Exercise
Could you give every record again, exactly as it reads?

Start of Block

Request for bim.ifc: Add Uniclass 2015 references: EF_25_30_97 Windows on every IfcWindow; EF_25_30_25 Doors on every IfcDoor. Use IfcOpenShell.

First a look at what the model holds.

```python
import ifcopenshell

model = ifcopenshell.open("bim.ifc")
print(model.schema)
print("classifications:", [c.Name for c in model.by_type("IfcClassification")])
for ifc_class in ("IfcDoor", "IfcRoof", "IfcStair", "IfcWall", "IfcWindow"):
    print(ifc_class, len(model.by_type(ifc_class)))
```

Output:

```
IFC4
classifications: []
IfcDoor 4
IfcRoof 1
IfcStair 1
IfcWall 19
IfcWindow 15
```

```python
import ifcopenshell
import ifcopenshell.api.classification

model = ifcopenshell.open("bim.ifc")

system = ifcopenshell.api.classification.add_classification(model, classification="Uniclass 2015")

codes = {
    "IfcWindow": ("EF_25_30_97", "Windows"),
    "IfcDoor": ("EF_25_30_25", "Doors"),
}
for ifc_class, (code, name) in codes.items():
    products = model.by_type(ifc_class)
    ifcopenshell.api.classification.add_reference(
        model, products=products, classification=system, identification=code, name=name
    )
    print(code, len(products))

model.write("bim_updated.ifc")
```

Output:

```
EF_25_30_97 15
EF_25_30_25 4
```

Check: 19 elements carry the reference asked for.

End of Block

Exercise result
Request for bim.ifc: Add Uniclass 2015 references: EF_25_30_97 Windows on every IfcWindow; EF_25_30_25 Doors on every IfcDoor. Use IfcOpenShell.

First a look at what the model holds.

```python
import ifcopenshell

model = ifcopenshell.open("bim.ifc")
print(model.schema)
print("classifications:", [c.Name for c in model.by_type("IfcClassification")])
for ifc_class in ("IfcDoor", "IfcRoof", "IfcStair", "IfcWall", "IfcWindow"):
    print(ifc_class, len(model.by_type(ifc_class)))
```

Output:

```
IFC4
classifications: []
IfcDoor 4
IfcRoof 1
IfcStair 1
IfcWall 19
IfcWindow 15
```

```python
import ifcopenshell
import ifcopenshell.api.classification

model = ifcopenshell.open("bim.ifc")

system = ifcopenshell.api.classification.add_classification(model, classification="Uniclass 2015")

codes = {
    "IfcWindow": ("EF_25_30_97", "Windows"),
    "IfcDoor": ("EF_25_30_25", "Doors"),
}
for ifc_class, (code, name) in codes.items():
    products = model.by_type(ifc_class)
    ifcopenshell.api.classification.add_reference(
        model, products=products, classification=system, identification=code, name=name
    )
    print(code, len(products))

model.write("bim_updated.ifc")
```

Output:

```
EF_25_30_97 15
EF_25_30_25 4
```

Check: 19 elements carry the reference asked for.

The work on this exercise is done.